# Silver Tan Contax II via Ukraine



## deeslexia (Aug 3, 2012)

SILVER TAN CONTAX II 

Here is the Contax II rebuilt from a parts wreck by Kiev engineers in Ukraine .
What little there was of the black paint was removed and the bare metal polished .
The  self timer mechanism had been  removed . There was no covering so new tan leather .

Evocative  brassing to the rangefinder window and focus wheel plus plenty of scratches inside , signifying a hard like .

It now works exquisitely with the original shutter  , with crystal clear rangefinder .

Testament , not just to the engineering of this well used 75 year old camera , but to the skills and dedication of the ex-Arsenal Kiev Techs who rebuilt both my Contaxes . 

CONTAX II BLACK PAINT AND LEATHER .

This one is actually less original than the tan one .

It was made from a box of Contax parts and has a 1955 approx Kiev shutter assembly , which is actually a better idea as it is 20 years younger !

The rear leather with Zeiss stamping was saved with new 1950s Kiev leather to the front .

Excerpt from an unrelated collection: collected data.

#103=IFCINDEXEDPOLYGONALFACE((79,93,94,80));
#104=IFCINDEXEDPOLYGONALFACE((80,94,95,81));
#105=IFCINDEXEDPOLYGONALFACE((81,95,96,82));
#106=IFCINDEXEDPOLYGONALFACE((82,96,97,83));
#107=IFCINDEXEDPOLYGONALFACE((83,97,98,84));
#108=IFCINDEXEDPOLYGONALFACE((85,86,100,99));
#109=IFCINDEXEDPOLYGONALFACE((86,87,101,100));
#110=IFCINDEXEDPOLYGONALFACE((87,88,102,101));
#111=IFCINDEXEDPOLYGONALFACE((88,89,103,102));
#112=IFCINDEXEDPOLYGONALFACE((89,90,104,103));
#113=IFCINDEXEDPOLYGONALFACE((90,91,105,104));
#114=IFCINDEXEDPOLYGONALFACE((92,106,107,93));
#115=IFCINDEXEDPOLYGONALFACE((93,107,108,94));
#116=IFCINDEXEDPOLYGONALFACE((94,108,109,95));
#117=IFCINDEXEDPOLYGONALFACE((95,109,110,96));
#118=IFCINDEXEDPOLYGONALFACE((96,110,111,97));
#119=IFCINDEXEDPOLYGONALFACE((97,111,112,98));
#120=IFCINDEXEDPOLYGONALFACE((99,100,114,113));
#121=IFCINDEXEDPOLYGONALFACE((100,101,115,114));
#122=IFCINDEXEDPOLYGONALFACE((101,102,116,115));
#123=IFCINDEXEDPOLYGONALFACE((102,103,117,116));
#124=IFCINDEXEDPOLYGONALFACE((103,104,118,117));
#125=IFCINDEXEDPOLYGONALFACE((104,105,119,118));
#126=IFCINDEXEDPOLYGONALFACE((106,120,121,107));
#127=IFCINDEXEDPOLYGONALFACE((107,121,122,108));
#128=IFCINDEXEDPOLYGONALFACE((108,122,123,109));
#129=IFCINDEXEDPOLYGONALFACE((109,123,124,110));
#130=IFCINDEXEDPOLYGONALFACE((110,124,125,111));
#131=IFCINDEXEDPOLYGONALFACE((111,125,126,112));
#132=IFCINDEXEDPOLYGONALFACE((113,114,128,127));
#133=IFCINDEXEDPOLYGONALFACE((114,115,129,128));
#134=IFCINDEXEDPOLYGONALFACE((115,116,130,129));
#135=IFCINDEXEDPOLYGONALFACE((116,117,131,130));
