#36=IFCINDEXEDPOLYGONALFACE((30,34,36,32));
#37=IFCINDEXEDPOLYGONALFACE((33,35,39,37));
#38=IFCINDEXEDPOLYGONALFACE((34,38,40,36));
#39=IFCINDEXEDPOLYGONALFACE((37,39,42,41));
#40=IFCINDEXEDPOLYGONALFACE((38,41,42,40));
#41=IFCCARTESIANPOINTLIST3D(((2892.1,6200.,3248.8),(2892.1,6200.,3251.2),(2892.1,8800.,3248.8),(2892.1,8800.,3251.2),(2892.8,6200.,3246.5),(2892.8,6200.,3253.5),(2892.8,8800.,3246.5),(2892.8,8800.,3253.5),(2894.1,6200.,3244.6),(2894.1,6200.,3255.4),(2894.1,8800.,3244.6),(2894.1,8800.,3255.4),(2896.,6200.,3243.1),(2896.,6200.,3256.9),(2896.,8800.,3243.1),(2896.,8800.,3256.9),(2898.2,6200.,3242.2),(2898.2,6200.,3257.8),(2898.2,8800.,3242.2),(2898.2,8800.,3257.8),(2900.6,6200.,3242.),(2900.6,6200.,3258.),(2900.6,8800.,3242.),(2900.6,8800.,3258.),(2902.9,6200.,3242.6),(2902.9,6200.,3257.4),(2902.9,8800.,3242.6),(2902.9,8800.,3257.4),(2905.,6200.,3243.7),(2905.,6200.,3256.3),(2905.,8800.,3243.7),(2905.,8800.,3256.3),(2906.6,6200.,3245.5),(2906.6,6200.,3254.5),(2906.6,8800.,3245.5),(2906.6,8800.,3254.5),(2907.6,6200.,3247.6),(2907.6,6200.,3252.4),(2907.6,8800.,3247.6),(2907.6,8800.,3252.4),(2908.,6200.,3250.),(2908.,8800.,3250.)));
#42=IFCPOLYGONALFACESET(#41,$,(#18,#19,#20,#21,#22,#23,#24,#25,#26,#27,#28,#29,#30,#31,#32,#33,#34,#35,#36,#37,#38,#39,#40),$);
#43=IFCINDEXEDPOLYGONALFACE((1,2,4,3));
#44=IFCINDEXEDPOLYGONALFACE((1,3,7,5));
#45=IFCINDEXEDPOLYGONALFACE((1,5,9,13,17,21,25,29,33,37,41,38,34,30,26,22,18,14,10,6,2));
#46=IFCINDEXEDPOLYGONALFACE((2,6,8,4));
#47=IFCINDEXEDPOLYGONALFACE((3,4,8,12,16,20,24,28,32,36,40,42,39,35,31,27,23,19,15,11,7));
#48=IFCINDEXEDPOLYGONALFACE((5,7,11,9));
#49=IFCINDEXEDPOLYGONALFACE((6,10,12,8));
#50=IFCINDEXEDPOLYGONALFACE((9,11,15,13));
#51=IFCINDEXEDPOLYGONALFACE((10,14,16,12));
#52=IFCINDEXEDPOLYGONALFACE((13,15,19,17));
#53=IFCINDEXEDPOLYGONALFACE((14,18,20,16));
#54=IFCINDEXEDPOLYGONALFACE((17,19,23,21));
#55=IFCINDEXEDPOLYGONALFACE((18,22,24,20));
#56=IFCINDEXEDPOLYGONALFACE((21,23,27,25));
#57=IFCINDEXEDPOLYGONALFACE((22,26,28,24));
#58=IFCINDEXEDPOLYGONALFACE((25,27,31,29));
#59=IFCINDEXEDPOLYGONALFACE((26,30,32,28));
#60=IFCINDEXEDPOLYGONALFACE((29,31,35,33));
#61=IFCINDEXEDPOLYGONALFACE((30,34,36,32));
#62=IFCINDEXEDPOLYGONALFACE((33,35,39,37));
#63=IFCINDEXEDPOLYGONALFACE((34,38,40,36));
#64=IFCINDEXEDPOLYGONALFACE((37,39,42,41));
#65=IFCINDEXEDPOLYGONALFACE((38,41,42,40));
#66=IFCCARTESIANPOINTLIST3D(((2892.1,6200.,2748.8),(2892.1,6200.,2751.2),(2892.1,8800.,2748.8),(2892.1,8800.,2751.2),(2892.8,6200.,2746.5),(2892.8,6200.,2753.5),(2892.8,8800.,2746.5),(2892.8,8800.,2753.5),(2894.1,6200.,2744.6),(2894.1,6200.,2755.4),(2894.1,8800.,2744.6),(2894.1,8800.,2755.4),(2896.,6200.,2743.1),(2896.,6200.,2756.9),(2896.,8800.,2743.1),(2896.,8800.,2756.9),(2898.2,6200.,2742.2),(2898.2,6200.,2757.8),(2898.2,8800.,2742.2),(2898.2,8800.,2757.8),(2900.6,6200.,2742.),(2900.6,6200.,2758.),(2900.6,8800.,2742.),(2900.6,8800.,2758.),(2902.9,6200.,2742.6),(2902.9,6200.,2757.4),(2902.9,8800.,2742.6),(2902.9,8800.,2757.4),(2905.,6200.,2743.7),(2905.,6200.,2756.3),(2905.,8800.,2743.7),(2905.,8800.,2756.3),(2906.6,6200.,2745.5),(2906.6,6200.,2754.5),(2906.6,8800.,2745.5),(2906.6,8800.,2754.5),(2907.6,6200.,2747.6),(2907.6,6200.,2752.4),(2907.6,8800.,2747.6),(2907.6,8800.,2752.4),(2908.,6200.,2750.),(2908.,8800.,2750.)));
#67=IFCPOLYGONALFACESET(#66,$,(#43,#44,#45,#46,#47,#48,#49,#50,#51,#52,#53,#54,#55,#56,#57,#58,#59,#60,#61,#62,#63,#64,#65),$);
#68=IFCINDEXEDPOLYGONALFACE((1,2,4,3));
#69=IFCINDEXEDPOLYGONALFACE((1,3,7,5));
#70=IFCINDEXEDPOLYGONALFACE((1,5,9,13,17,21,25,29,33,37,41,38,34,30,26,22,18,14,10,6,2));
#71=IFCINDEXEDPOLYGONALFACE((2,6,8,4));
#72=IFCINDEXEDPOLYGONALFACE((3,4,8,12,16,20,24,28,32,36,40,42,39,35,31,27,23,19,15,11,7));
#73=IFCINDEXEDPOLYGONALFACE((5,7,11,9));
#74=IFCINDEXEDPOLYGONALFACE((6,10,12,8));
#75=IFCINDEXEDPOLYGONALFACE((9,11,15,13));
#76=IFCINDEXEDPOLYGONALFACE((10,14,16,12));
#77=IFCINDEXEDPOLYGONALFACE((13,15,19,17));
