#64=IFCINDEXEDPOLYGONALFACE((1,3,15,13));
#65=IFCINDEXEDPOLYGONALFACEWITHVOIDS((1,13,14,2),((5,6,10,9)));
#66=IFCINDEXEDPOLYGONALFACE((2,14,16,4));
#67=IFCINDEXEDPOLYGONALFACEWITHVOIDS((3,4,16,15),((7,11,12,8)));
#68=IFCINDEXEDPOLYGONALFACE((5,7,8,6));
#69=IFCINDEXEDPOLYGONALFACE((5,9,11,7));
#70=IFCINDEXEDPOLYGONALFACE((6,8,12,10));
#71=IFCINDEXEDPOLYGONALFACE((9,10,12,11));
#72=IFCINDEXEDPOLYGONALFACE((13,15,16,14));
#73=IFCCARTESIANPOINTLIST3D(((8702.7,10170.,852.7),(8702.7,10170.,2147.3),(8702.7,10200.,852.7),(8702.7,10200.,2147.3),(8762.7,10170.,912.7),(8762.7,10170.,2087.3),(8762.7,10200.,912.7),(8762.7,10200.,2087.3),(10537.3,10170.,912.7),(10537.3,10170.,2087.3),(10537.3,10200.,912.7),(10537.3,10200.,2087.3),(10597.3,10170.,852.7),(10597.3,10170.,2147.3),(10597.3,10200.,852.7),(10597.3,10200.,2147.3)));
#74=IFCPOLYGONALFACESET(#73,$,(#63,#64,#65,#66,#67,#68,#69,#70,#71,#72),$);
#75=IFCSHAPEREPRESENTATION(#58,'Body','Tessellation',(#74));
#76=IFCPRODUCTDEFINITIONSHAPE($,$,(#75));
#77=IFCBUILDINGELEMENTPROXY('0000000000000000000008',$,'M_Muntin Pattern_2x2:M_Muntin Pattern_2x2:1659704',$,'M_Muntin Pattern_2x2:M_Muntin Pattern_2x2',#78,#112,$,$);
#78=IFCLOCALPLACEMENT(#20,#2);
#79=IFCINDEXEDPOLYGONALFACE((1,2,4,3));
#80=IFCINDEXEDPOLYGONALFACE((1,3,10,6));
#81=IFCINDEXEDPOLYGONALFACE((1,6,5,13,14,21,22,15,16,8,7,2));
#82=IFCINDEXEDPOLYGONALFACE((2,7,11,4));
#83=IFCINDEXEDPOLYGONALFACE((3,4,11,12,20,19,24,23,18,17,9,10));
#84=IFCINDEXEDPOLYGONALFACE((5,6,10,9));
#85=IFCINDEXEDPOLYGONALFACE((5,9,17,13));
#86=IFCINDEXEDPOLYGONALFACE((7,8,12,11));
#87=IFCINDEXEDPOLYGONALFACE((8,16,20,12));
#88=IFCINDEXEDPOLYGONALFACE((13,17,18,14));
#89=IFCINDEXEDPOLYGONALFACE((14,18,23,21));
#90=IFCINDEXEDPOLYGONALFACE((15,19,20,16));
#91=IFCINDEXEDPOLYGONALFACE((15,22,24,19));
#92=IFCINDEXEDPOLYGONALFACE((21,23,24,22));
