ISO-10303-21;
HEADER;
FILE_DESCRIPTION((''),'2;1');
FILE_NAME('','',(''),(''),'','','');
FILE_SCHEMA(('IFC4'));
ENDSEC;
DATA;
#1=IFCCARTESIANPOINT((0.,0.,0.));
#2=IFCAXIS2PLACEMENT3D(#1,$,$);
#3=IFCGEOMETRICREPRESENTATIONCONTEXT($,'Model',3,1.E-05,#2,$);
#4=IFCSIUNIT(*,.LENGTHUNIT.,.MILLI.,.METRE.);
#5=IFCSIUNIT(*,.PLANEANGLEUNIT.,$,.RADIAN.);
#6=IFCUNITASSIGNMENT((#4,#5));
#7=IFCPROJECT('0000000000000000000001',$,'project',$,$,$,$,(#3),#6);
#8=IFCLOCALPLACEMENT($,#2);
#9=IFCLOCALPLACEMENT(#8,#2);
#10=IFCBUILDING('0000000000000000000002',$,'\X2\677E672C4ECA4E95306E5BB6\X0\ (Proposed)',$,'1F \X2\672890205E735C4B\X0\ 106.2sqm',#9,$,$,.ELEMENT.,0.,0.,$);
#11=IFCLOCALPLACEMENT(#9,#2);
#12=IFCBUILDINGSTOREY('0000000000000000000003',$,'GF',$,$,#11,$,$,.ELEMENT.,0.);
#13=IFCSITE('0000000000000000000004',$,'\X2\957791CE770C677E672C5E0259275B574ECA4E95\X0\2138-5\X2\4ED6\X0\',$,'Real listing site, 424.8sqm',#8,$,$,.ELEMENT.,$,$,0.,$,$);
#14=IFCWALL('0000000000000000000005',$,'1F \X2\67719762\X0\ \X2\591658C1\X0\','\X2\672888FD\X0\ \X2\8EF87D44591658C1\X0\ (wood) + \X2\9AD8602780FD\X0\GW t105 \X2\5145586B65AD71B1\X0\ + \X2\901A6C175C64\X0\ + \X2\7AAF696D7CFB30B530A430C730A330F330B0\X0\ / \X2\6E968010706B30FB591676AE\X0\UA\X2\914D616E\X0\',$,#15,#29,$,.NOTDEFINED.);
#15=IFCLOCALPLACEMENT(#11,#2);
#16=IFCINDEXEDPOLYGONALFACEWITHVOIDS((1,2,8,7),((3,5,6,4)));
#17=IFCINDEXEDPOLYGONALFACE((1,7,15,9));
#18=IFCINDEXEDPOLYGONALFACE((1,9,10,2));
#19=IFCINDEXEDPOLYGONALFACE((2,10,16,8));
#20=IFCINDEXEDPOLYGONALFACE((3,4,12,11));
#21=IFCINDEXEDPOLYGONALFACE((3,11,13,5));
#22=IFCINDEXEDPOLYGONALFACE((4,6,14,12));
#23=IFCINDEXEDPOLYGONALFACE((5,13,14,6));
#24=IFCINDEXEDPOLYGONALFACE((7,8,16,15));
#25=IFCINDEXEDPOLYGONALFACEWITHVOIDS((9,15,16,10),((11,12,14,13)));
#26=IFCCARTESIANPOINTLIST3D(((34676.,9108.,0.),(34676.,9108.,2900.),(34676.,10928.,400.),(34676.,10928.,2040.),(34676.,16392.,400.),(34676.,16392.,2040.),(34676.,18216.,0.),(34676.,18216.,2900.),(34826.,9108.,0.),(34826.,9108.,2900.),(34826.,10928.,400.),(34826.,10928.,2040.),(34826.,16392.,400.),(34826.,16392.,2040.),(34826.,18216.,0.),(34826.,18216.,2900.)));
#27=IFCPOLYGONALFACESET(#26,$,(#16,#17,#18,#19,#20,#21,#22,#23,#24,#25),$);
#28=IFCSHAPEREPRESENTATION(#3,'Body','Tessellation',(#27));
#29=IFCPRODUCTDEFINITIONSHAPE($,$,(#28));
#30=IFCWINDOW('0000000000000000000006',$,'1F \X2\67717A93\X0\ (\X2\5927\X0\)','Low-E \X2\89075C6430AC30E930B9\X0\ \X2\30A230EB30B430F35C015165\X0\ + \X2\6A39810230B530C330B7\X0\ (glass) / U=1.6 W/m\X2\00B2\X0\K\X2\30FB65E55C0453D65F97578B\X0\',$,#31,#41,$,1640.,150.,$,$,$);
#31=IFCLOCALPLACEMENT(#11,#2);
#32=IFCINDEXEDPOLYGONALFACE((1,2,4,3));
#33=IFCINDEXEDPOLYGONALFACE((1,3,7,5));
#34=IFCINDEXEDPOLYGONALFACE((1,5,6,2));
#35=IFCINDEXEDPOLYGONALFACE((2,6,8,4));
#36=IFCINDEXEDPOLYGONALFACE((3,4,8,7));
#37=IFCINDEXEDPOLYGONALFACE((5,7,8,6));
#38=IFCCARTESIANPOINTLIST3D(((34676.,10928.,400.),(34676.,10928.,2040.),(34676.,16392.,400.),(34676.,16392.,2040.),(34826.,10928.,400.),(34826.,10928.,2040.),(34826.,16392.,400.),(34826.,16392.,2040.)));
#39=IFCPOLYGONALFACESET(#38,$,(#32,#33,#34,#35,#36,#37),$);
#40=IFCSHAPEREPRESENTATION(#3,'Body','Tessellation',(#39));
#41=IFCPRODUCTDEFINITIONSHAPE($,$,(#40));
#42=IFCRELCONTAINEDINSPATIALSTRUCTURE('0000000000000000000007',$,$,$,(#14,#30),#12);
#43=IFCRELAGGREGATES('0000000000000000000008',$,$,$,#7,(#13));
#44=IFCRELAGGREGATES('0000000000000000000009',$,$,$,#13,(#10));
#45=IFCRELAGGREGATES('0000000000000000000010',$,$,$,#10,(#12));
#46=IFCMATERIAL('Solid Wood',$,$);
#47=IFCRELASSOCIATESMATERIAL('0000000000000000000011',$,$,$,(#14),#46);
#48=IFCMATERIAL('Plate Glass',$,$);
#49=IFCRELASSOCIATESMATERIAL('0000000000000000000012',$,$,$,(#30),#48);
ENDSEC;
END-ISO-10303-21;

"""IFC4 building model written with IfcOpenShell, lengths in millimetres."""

from ifc_helpers import new_model, si_unit, frame, frame_2d, origin, place, context, project, spatial, rectangle, extrude, material, element, fill, save


model = new_model("IFC4")

# Units and contexts
model_context = context("Model", 3, precision=1e-05, world=origin())
ifc_project = project(units=[si_unit("LENGTHUNIT", "METRE", prefix="MILLI"), si_unit("PLANEANGLEUNIT", "RADIAN")], contexts=[model_context])

# Site, building, storey
site_placement = place(None, origin())
site = spatial("IfcSite", under=ifc_project, at=site_placement, Name="長野県松本市大字今井2138-5他", ObjectType="Real listing site, 424.8sqm", CompositionType="ELEMENT", RefElevation=0.0)
building_placement = place(site_placement, origin())
building = spatial("IfcBuilding", under=site, at=building_placement, Name="松本今井の家 (Proposed)", ObjectType="1F 木造平屋 106.2sqm", CompositionType="ELEMENT", ElevationOfRefHeight=0.0, ElevationOfTerrain=0.0)
storey_placement = place(building_placement, origin())
storey = spatial("IfcBuildingStorey", under=building, at=storey_placement, Name="GF", CompositionType="ELEMENT", Elevation=0.0)

# Wall, opening, window
ifc_material_1 = material(Name="Solid Wood")
wall_1_placement = place(storey_placement, frame((17338.0, 4554.0, 0.0)))
wall_1 = element("IfcWall", 1, at=wall_1_placement, inside=storey, material=ifc_material_1, Name="1F 東面 外壁", Description="木製 軸組外壁 (wood) + 高性能GW t105 充填断熱 + 通気層 + 窯業系サイディング / 準耐火・外皮UA配慮", PredefinedType="NOTDEFINED", context=model_context, shape_type="SweptSolid", body=[
    extrude(rectangle(XDim=150.0, YDim=9108.0, at=frame_2d((75.0, 4554.0))), frame((17338.0, 4554.0, 0.0)), (0.0, 0.0, 1.0), 2900.0),
])
opening_1_placement = place(storey_placement, frame((17338.0, 5464.0, 200.0)))
opening_1 = element("IfcOpeningElement", 2, at=opening_1_placement, cuts=wall_1, PredefinedType="NOTDEFINED", context=model_context, shape_type="SweptSolid", body=[
    extrude(rectangle(XDim=150.0, YDim=5464.0, at=frame_2d((75.0, 2732.0))), frame((17338.0, 5464.0, 200.0)), (0.0, 0.0, 1.0), 1640.0),
])
ifc_material_2 = material(Name="Plate Glass")
window_1_placement = place(storey_placement, frame((17338.0, 5464.0, 200.0)))
window_1 = element("IfcWindow", 3, at=window_1_placement, inside=storey, material=ifc_material_2, Name="1F 東窓 (大)", Description="Low-E 複層ガラス アルゴン封入 + 樹脂サッシ (glass) / U=1.6 W/m²K・日射取得型", OverallHeight=1640.0, OverallWidth=150.0, context=model_context, shape_type="SweptSolid", body=[
    extrude(rectangle(XDim=150.0, YDim=5464.0, at=frame_2d((75.0, 2732.0))), frame((17338.0, 5464.0, 200.0)), (0.0, 0.0, 1.0), 1640.0),
])
fill(opening_1, window_1)

save(model, "model.ifc")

Both cameras work exquisitely and cost me £150 each .

dee


----------



## IanG (Aug 3, 2012)

Very nice, classic cameras.

Ian


----------



## The Barbarian (Aug 12, 2012)

Purists might turn up their noses at these, but there's a fascination with such Russian wizardry.  With "fakes" now being openly collected, it's likely such hybrid cameras are going to appreciate in value.


----------



## Derrel (Aug 12, 2012)

Very sexy beasts indeed!!!!!!!!!!!!


----------



## Jaemie (Aug 12, 2012)

Sweet stuff!


----------



## stlbob (Aug 13, 2012)

I have enough slr's..looking for my first rangefinder.Those are purtty..


----------